====== Provided records
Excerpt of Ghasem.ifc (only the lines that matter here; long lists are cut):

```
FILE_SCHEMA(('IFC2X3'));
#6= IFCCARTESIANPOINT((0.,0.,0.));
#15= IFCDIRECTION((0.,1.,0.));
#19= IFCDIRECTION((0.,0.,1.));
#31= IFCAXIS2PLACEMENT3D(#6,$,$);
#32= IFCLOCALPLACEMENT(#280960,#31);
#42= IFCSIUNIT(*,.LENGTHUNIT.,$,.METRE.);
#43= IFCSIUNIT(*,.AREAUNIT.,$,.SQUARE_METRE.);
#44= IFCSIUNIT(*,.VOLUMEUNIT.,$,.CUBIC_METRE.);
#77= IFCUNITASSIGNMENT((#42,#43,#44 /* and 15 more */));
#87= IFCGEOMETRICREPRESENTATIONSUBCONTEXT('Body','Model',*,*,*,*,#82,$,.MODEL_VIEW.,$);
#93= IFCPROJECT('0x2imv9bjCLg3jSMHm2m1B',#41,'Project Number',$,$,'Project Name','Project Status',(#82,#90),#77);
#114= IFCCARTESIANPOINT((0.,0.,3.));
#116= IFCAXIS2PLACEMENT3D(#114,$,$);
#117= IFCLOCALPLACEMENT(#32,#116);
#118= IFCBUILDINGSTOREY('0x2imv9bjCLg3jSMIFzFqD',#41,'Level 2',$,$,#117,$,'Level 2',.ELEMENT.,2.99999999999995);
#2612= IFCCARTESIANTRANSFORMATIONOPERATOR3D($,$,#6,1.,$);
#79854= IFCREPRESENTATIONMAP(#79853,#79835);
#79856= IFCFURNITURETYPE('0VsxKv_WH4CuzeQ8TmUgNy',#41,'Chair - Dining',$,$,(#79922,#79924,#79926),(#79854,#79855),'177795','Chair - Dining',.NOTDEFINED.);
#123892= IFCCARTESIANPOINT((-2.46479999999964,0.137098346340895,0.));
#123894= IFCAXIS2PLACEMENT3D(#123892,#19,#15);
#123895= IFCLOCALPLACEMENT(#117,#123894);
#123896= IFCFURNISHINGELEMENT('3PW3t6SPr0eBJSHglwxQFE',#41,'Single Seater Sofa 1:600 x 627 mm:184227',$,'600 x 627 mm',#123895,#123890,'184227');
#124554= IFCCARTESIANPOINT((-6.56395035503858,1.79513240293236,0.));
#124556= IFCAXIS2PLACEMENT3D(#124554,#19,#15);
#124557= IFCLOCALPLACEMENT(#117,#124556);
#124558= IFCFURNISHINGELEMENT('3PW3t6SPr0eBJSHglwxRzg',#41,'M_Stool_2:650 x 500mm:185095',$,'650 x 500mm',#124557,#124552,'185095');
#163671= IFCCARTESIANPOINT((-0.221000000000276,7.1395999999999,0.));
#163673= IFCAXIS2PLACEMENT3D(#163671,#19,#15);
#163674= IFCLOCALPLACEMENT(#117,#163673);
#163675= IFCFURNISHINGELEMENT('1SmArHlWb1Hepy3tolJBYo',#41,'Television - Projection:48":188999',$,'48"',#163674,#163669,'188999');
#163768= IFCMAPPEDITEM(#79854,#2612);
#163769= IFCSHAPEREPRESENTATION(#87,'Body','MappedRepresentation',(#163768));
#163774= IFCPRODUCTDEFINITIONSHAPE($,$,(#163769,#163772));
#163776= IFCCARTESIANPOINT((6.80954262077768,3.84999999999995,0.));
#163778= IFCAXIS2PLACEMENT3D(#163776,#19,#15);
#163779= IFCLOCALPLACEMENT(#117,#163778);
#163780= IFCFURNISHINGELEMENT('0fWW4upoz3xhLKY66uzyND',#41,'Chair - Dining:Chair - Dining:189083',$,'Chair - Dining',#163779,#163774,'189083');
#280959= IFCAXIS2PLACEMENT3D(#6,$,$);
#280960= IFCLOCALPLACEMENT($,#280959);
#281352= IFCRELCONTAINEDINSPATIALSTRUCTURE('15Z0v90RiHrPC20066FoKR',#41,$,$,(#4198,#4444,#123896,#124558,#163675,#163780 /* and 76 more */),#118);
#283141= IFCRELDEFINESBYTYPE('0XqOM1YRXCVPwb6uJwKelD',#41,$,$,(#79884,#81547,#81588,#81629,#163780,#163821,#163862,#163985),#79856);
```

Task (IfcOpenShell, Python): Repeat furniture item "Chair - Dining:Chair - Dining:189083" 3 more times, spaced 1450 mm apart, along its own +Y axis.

```python
import ifcopenshell
import ifcopenshell.api.geometry
import ifcopenshell.api.root
import ifcopenshell.util.element
import ifcopenshell.util.placement
import ifcopenshell.util.unit

model = ifcopenshell.open("Ghasem.ifc")
unit_scale = ifcopenshell.util.unit.calculate_unit_scale(model)


def reuse_history(source, copy):
    """copy_class also copies each property set's owner history, people and application; keep the originals."""
    for rel in copy.IsDefinedBy:
        if rel.is_a("IfcRelDefinesByProperties") and (history := rel.RelatingPropertyDefinition.OwnerHistory):
            rel.RelatingPropertyDefinition.OwnerHistory = source.OwnerHistory
            ifcopenshell.util.element.remove_deep2(model, history)


source = model.by_id(163780)
base = ifcopenshell.util.placement.get_local_placement(source.ObjectPlacement)
step = base[:3, 1] * 1.45 / unit_scale

for i in range(1, 4):
    copy = ifcopenshell.api.root.copy_class(model, product=source)
    copy.Representation = ifcopenshell.util.element.copy_deep(
        model, source.Representation, exclude=["IfcGeometricRepresentationContext", "IfcRepresentationMap"]
    )
    copy.Name = "Chair - Dining:Chair - Dining"
    copy.Tag = None
    reuse_history(source, copy)
    matrix = base.copy()
    matrix[:3, 3] += i * step
    print("added at", matrix[:3, 3].round(3) + 0.0)
    ifcopenshell.api.geometry.edit_object_placement(model, product=copy, matrix=matrix, is_si=False)

model.write("Ghasem_rev.ifc")
```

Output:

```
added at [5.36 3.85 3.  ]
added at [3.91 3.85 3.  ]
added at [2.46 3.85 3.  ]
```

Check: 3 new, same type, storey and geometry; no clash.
============
◆ **Exercise objective**
Return every line from the entries above that contains the word "IFCLOCALPLACEMENT".

◆ **Written answer**
#32= IFCLOCALPLACEMENT(#280960,#31);
#117= IFCLOCALPLACEMENT(#32,#116);
#123895= IFCLOCALPLACEMENT(#117,#123894);
#124557= IFCLOCALPLACEMENT(#117,#124556);
#163674= IFCLOCALPLACEMENT(#117,#163673);
#163779= IFCLOCALPLACEMENT(#117,#163778);
#280960= IFCLOCALPLACEMENT($,#280959);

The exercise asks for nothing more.